Allerdings muss die Landeshauptstadt diese Summe nicht allein stemmen, weil sie dafür auch Überweisungen vom Land erhält. Man werde im neuen Jahr bis zu 46,8 Millionen Euro aus eigenen Mitteln tragen, teilte die Stadtverwaltung heute mit.

Die städtischen Kosten steigen, weil Dresden mehr Flüchtlinge unterbringen muss als erwartet. Gleichzeitig sind aber auch die Preise für Energie und Material gestiegen.

Im Jahr 2023 wies die Landesdirektion Sachsen der Stadt 2.125 Asylsuchende zu. Für das Jahr 2024 ist von 2.200 zugewiesenen Personen auszugehen. Zum Vergleich: 2022 hatte Dresden 1.549 Asylbewerber aufzunehmen, davon 1.085 Personen im vierten Quartal 2022. Das entspricht einem Anstieg der unterzubringenden Geflüchteten um 37 Prozent im Jahr 2023. Diese Entwicklung war laut Stadt bei der Haushaltsplanung im Jahr 2022 noch nicht absehbar.

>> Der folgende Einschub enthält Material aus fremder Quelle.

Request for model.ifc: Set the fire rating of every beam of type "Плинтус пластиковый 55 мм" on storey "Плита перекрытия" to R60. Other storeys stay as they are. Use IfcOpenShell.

First a look at what the model holds.

```python
import ifcopenshell
import ifcopenshell.util.element

model = ifcopenshell.open("model.ifc")
print(model.schema)
storey = next(s for s in model.by_type("IfcBuildingStorey") if s.Name == "Плита перекрытия")
beams = [e for e in ifcopenshell.util.element.get_decomposition(storey) if e.is_a("IfcBeam")]
seen = {}
for e in beams:
    element_type = ifcopenshell.util.element.get_type(e)
    key = (element_type.Name if element_type != e and element_type else None, ifcopenshell.util.element.get_pset(e, "Pset_BeamCommon", "FireRating"))
    seen[key] = seen.get(key, 0) + 1
for (name, value), count in sorted(seen.items(), key=str):
    print(count, "x", name, "|", value)
```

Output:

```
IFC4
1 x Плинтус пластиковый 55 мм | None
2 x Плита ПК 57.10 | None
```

```python
import ifcopenshell
import ifcopenshell.api.pset
import ifcopenshell.util.element

model = ifcopenshell.open("model.ifc")

storey = next(s for s in model.by_type("IfcBuildingStorey") if s.Name == "Плита перекрытия")
beams = [e for e in ifcopenshell.util.element.get_decomposition(storey) if e.is_a("IfcBeam")]

count = 0
for e in beams:
    element_type = ifcopenshell.util.element.get_type(e)
    if element_type in (None, e) or element_type.Name != "Плинтус пластиковый 55 мм":
        continue
    # add_pset returns the element's existing set when there is one.
    pset = ifcopenshell.api.pset.add_pset(model, product=e, name="Pset_BeamCommon")
    ifcopenshell.api.pset.edit_pset(model, pset=pset, properties={"FireRating": "R60"})
    count += 1

print(count, "beams updated")

model.write("model_edited.ifc")
```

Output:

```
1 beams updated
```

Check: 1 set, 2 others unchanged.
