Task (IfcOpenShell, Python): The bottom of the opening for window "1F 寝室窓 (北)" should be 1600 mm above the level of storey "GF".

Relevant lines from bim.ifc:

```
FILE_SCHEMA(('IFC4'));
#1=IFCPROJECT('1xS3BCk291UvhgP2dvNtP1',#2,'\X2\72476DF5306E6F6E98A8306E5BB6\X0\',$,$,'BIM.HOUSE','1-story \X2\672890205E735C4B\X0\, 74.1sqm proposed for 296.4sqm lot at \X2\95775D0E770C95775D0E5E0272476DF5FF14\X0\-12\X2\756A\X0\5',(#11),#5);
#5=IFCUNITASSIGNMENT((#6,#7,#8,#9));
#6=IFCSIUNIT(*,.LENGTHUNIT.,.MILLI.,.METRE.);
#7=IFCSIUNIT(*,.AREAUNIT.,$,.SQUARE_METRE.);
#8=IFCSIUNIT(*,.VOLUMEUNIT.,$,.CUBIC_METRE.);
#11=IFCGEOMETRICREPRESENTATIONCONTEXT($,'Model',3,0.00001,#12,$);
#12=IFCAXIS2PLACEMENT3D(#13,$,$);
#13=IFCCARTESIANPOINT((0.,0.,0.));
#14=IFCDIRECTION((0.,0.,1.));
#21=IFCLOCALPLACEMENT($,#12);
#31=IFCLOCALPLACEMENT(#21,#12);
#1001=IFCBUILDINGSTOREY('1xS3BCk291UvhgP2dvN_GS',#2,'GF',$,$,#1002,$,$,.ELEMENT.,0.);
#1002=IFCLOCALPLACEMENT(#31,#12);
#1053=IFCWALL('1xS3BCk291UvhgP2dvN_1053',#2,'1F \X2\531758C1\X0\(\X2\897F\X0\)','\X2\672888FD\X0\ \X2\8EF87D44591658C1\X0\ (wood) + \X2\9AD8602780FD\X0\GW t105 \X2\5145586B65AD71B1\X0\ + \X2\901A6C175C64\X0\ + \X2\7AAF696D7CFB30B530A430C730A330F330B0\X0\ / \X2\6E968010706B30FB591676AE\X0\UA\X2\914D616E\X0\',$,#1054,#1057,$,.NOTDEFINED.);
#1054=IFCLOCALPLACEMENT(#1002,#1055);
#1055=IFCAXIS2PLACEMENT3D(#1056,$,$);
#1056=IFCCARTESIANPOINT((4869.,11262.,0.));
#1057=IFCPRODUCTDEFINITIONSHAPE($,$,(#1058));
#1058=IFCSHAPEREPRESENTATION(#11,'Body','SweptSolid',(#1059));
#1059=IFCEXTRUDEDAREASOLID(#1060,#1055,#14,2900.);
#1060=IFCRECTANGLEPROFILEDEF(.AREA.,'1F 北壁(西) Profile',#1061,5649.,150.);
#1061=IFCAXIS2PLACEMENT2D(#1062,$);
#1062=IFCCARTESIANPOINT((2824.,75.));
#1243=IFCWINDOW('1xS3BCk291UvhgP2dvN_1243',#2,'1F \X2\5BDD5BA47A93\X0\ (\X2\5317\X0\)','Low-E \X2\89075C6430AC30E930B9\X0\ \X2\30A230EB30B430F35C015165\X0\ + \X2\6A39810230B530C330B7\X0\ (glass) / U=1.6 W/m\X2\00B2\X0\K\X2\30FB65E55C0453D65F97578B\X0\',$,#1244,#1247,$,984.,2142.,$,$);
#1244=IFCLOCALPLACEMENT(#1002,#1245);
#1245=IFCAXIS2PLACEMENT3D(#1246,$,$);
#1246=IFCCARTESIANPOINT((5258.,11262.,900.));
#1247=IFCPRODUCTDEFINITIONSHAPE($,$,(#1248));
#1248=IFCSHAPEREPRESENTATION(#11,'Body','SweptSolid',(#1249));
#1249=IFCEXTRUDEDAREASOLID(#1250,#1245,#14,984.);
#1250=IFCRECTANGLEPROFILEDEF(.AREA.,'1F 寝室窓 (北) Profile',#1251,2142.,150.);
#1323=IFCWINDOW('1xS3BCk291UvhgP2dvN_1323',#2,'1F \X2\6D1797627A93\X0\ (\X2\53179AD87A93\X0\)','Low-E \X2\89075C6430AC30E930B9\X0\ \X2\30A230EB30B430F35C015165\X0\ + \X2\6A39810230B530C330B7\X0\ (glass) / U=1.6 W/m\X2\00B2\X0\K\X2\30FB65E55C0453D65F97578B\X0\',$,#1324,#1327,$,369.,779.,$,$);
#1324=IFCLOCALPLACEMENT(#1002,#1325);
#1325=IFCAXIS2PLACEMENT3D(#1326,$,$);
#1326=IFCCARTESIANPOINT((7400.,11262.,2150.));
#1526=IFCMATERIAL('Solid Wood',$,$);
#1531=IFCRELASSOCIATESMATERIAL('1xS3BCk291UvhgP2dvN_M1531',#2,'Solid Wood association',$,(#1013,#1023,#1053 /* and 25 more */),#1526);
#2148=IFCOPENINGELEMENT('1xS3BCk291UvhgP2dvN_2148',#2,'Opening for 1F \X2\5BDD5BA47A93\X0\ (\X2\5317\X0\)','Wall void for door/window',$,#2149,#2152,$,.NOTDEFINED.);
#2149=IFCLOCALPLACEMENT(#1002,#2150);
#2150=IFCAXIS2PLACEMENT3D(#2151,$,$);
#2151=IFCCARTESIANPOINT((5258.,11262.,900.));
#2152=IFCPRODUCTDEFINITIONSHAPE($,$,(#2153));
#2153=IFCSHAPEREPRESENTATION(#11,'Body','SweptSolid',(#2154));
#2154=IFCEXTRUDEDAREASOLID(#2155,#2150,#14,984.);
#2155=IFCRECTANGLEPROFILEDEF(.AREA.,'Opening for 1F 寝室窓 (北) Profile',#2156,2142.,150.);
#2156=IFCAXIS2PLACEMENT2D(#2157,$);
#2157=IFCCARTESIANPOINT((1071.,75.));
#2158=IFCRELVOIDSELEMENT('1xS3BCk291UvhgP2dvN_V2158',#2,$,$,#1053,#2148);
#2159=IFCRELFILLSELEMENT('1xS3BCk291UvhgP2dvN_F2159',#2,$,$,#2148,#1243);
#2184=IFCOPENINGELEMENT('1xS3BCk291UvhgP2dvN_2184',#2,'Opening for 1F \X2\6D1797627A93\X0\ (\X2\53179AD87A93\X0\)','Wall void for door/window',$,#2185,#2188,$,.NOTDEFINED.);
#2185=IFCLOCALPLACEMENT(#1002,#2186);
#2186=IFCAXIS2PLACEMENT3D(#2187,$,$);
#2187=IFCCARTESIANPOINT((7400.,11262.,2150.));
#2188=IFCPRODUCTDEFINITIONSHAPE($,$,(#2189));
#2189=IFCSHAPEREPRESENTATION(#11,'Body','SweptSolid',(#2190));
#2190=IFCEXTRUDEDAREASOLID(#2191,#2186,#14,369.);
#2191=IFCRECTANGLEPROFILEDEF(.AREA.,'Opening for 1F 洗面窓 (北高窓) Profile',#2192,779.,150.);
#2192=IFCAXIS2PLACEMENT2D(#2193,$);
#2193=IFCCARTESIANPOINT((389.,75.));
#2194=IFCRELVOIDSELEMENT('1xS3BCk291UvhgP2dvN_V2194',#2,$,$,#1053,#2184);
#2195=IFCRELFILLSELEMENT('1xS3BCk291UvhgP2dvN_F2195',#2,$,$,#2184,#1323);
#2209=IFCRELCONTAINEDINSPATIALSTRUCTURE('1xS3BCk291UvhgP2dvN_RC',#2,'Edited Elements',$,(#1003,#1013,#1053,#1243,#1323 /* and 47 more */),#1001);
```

```python
import numpy as np
import ifcopenshell
import ifcopenshell.api.geometry
import ifcopenshell.geom
import ifcopenshell.util.element
import ifcopenshell.util.placement
import ifcopenshell.util.shape
import ifcopenshell.util.unit

model = ifcopenshell.open("bim.ifc")
unit_scale = ifcopenshell.util.unit.calculate_unit_scale(model)

window = model.by_guid("1xS3BCk291UvhgP2dvN_1243")
opening = window.FillsVoids[0].RelatingOpeningElement
storey = ifcopenshell.util.element.get_container(window, ifc_class="IfcBuildingStorey")
level = ifcopenshell.util.placement.get_local_placement(storey.ObjectPlacement)[2, 3]

# The opening's origin need not be at the sill, so measure its lowest point.
shape = ifcopenshell.geom.create_shape(ifcopenshell.geom.settings(), opening)
bottom = ifcopenshell.util.shape.get_shape_bottom_elevation(shape, shape.geometry) / unit_scale
dz = level + 1.6 / unit_scale - bottom

shift = np.array([0.0, 0.0, dz])
# The window is not placed relative to its opening, so move both.
for product in (opening, window):
    matrix = ifcopenshell.util.placement.get_local_placement(product.ObjectPlacement)
    matrix[:3, 3] += shift
    ifcopenshell.api.geometry.edit_object_placement(model, product=product, matrix=matrix, is_si=False)

print(f"moved by {dz * unit_scale:+.3f} m")

model.write("bim_rev.ifc")
```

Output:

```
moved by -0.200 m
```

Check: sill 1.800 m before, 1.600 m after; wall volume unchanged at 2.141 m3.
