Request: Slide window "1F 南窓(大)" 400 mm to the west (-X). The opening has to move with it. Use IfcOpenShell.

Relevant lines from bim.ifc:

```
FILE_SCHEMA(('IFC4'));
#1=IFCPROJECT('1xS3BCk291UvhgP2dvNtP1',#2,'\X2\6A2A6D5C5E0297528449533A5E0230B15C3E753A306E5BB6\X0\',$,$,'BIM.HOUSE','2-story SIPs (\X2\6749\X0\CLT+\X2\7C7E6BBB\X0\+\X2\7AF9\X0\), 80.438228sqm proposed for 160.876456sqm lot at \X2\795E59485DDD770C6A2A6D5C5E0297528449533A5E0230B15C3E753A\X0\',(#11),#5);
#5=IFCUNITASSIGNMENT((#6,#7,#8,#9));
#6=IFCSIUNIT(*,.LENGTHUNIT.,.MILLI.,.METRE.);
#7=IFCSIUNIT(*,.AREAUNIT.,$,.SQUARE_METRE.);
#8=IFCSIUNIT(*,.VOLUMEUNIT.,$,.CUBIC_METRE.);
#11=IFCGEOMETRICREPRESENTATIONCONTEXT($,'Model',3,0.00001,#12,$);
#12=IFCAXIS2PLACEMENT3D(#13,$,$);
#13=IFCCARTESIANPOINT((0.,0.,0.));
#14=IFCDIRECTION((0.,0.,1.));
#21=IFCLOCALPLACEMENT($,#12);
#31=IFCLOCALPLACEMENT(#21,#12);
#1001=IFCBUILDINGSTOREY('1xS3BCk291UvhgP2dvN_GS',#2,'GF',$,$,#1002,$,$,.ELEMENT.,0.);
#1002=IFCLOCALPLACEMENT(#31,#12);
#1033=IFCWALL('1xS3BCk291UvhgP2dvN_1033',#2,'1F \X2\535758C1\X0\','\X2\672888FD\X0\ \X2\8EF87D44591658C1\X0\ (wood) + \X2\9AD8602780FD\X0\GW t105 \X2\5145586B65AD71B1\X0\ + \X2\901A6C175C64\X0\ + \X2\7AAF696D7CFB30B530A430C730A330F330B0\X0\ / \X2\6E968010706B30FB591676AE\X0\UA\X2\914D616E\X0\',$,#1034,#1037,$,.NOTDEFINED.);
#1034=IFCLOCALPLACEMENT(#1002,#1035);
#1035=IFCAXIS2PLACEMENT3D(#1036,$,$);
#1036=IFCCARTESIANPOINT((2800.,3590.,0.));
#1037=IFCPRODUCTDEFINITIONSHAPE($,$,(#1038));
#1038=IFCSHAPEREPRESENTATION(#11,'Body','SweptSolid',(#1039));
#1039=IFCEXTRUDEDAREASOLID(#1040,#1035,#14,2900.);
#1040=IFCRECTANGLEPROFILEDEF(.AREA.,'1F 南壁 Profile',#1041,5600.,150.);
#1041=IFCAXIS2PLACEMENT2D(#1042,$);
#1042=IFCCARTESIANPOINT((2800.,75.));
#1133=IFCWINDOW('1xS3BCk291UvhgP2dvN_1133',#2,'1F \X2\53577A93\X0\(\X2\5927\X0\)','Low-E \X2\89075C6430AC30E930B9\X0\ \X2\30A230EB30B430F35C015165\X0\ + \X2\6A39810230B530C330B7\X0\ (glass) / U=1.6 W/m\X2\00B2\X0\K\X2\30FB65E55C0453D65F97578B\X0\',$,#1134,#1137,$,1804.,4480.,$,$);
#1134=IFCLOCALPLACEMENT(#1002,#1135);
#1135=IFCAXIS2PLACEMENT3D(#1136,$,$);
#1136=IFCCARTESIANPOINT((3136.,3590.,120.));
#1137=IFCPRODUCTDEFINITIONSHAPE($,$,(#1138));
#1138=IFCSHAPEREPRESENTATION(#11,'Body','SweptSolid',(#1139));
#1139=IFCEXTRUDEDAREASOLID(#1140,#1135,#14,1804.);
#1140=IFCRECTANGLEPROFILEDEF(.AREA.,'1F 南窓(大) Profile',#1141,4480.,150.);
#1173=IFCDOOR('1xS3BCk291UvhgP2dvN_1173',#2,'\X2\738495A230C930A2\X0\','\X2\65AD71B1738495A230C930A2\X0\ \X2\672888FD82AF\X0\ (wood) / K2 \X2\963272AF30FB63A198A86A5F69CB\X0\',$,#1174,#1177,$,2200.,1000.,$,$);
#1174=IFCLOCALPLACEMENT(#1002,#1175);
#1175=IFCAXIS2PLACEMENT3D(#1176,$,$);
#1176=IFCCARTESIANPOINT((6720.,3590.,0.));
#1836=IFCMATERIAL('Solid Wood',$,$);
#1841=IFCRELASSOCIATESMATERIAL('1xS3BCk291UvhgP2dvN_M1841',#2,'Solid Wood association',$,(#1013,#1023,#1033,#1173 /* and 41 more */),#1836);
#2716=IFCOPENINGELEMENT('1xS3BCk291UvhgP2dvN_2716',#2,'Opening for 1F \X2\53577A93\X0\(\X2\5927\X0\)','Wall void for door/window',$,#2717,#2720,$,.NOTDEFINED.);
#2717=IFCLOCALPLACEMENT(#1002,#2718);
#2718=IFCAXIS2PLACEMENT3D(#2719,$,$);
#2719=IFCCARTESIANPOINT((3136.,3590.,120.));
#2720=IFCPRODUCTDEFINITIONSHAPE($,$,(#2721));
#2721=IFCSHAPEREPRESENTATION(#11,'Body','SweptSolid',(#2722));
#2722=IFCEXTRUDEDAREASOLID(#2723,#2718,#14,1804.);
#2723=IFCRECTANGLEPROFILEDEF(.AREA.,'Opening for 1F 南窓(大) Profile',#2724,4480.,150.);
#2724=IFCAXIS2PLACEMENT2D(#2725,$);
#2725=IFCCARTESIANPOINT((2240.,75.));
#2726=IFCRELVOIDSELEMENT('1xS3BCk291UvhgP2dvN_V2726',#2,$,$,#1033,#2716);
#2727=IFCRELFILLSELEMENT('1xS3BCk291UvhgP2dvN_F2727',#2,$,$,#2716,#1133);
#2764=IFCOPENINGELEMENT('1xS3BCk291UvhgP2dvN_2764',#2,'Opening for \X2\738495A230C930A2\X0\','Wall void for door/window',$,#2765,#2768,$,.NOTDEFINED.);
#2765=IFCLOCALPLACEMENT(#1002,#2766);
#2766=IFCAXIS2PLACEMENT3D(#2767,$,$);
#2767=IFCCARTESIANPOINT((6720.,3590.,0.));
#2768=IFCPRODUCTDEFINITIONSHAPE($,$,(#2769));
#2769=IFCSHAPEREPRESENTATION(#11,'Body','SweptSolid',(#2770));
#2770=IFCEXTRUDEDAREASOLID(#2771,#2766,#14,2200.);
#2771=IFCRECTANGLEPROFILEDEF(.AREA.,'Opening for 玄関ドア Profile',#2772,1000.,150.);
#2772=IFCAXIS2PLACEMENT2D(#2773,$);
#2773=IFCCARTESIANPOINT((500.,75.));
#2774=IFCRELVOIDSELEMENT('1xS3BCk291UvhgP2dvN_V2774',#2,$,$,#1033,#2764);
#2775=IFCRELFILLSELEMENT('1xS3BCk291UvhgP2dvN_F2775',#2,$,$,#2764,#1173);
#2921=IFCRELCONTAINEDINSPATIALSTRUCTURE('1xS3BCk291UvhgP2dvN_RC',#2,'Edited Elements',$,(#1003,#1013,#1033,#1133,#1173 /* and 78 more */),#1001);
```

```python
import ifcopenshell
import ifcopenshell.api.geometry
import ifcopenshell.util.placement
import ifcopenshell.util.unit

model = ifcopenshell.open("bim.ifc")
unit_scale = ifcopenshell.util.unit.calculate_unit_scale(model)

window = model.by_id(1133)
opening = window.FillsVoids[0].RelatingOpeningElement
wall = opening.VoidsElements[0].RelatingBuildingElement

wall_matrix = ifcopenshell.util.placement.get_local_placement(wall.ObjectPlacement)
shift = wall_matrix[:3, 0] * -0.4 / unit_scale
before = ifcopenshell.util.placement.get_local_placement(window.ObjectPlacement)[:3, 3].copy()

# The window is not placed relative to its opening, so move both.
for product in (opening, window):
    matrix = ifcopenshell.util.placement.get_local_placement(product.ObjectPlacement)
    matrix[:3, 3] += shift
    ifcopenshell.api.geometry.edit_object_placement(model, product=product, matrix=matrix, is_si=False)

after = ifcopenshell.util.placement.get_local_placement(window.ObjectPlacement)[:3, 3]
print("window moved by", (after - before).round(3) + 0.0)

model.write("bim_rev.ifc")
```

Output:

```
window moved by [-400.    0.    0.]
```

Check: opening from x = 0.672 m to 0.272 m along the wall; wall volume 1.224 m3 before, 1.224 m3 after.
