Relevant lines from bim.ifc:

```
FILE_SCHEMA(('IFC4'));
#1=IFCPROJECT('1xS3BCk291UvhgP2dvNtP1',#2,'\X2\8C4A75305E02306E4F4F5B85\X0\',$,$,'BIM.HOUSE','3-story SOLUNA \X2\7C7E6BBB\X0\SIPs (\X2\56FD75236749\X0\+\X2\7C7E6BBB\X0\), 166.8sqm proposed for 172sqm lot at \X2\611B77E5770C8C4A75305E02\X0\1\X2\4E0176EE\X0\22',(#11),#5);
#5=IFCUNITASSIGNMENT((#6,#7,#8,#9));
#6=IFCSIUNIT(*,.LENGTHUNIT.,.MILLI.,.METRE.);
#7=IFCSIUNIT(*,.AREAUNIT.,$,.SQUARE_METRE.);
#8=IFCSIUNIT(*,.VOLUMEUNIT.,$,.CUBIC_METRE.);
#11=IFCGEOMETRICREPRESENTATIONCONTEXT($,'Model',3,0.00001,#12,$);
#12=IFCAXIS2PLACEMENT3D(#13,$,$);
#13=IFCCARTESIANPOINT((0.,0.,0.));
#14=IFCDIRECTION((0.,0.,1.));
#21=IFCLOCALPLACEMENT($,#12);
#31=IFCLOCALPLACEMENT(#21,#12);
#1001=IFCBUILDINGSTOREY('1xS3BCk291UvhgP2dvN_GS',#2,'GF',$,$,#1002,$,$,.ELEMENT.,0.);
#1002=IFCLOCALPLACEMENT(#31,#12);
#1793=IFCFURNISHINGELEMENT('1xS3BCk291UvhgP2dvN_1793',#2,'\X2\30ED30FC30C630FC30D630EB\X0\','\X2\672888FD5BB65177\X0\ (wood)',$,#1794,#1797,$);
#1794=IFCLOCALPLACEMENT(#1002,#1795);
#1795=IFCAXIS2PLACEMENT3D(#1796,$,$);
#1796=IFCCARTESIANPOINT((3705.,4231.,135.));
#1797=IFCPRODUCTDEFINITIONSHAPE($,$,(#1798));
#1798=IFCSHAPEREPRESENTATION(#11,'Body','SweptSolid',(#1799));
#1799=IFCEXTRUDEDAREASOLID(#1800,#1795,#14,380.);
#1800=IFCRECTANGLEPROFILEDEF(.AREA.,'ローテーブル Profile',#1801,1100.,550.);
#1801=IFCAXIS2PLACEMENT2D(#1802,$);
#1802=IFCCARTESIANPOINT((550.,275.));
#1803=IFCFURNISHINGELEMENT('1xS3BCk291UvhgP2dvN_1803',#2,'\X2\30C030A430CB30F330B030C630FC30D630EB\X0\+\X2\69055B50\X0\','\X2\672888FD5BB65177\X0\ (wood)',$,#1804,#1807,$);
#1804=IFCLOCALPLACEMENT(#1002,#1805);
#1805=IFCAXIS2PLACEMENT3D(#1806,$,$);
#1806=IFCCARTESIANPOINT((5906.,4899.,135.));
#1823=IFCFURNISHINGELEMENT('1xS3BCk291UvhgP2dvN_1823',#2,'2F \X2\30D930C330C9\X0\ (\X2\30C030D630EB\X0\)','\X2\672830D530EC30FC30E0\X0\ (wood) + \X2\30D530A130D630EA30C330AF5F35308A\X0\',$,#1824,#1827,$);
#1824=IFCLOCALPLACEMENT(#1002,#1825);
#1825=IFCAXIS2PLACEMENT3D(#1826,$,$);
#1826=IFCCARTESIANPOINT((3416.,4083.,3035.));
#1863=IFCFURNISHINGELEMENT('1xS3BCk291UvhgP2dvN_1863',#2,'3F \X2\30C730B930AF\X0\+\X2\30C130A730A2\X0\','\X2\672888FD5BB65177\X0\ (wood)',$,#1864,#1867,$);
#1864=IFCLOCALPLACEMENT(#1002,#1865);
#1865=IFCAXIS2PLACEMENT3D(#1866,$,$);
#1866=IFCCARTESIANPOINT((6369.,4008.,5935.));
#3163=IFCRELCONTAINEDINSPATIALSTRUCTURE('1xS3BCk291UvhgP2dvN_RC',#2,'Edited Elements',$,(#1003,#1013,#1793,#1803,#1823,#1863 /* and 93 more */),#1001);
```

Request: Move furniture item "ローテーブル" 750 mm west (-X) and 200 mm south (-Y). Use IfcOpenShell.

```python
import ifcopenshell
import ifcopenshell.api.geometry
import ifcopenshell.util.placement

model = ifcopenshell.open("bim.ifc")

item = model.by_guid("1xS3BCk291UvhgP2dvN_1793")
matrix = ifcopenshell.util.placement.get_local_placement(item.ObjectPlacement)
matrix[0, 3] -= 750.0
matrix[1, 3] -= 200.0
ifcopenshell.api.geometry.edit_object_placement(model, product=item, matrix=matrix, is_si=False)

print(ifcopenshell.util.placement.get_local_placement(item.ObjectPlacement).round(3) + 0.0)

model.write("bim-out.ifc")
```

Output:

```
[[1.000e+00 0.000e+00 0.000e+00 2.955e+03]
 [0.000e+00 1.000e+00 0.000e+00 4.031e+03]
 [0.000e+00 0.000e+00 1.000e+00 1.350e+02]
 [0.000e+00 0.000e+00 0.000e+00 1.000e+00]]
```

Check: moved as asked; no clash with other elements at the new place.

Außerdem sind Mieten, Heizung, Energie und Ausstattung der Asylunterkünfte teurer geworden. Die Unterbringungskosten steigen vor allem, weil es kaum noch preiswerte und geeignete Objekte in der Stadt gibt. Wie schon 2023 ist deshalb auch 2024 mehr Geld erforderlich als ursprünglich eingeplant.